Stored data
________________________________________
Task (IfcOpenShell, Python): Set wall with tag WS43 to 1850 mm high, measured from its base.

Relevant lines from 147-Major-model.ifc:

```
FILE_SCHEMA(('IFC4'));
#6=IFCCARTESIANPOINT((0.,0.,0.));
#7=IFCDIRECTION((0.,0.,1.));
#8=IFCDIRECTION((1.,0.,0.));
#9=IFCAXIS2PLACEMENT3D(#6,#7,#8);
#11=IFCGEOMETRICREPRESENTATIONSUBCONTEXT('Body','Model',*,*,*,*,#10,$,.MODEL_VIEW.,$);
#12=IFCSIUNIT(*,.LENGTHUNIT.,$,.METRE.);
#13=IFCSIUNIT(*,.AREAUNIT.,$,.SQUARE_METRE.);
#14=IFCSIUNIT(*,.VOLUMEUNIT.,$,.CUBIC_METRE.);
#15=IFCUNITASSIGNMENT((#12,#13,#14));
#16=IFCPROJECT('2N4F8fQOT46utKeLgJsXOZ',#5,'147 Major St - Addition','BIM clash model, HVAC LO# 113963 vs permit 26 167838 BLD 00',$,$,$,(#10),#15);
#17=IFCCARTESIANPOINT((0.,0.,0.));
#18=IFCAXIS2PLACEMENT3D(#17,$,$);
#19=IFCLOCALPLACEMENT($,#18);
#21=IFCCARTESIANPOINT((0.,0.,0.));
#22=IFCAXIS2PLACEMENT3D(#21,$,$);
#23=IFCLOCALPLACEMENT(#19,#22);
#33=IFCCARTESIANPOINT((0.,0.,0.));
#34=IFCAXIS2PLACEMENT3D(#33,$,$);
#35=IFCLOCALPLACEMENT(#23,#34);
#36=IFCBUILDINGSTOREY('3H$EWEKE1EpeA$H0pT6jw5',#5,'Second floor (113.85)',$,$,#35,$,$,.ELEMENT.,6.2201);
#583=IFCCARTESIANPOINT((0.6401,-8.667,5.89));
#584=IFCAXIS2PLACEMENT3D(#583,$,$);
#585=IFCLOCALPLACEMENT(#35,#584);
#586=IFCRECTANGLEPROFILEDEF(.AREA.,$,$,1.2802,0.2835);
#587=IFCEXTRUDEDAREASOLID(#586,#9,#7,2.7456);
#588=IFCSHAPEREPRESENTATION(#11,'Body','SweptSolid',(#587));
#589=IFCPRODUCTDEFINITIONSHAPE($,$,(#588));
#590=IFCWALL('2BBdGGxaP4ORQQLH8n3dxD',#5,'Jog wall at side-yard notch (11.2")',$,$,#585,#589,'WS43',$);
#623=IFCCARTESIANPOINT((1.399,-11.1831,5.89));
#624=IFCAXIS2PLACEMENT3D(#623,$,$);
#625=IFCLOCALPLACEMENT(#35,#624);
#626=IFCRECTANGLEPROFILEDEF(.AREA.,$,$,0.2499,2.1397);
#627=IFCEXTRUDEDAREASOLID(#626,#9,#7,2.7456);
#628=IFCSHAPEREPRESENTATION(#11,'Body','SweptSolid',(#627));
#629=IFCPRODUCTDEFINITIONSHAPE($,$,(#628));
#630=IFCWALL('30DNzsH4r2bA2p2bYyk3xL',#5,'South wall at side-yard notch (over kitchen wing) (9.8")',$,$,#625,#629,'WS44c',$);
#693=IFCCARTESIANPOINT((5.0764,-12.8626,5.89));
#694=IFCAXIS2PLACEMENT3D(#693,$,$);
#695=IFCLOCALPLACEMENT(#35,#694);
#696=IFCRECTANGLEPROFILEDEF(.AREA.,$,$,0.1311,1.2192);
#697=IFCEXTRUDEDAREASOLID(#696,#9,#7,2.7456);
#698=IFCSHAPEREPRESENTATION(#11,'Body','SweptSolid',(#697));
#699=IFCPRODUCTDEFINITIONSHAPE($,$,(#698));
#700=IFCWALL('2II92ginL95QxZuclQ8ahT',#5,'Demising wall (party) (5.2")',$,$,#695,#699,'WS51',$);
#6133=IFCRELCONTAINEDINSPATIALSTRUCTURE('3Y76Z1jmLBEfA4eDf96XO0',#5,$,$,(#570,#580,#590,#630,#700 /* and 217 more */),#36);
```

```python
import ifcopenshell
import ifcopenshell.geom
import ifcopenshell.util.representation
import ifcopenshell.util.shape

model = ifcopenshell.open("147-Major-model.ifc")
settings = ifcopenshell.geom.settings()


def volume(element):
    """Net volume in cubic metres, openings subtracted."""
    shape = ifcopenshell.geom.create_shape(settings, element)
    return ifcopenshell.util.shape.get_volume(shape.geometry)


wall = model.by_id(590)
before = volume(wall)

body = ifcopenshell.util.representation.get_representation(wall, "Model", "Body")
solid = body.Items[0]
old_height = solid.Depth
solid.Depth = 1.85
after = volume(wall)

print(f"height {old_height:g} -> {solid.Depth:g}, volume {before:.3f} -> {after:.3f} m3")

model.write("147-Major-model-out.ifc")
```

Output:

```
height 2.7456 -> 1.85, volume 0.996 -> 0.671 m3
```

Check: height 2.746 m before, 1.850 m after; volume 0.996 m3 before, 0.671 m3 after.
________________________________________
If a line above holds the string "side", copy it out.

#590=IFCWALL('2BBdGGxaP4ORQQLH8n3dxD',#5,'Jog wall at side-yard notch (11.2")',$,$,#585,#589,'WS43',$);
#630=IFCWALL('30DNzsH4r2bA2p2bYyk3xL',#5,'South wall at side-yard notch (over kitchen wing) (9.8")',$,$,#625,#629,'WS44c',$);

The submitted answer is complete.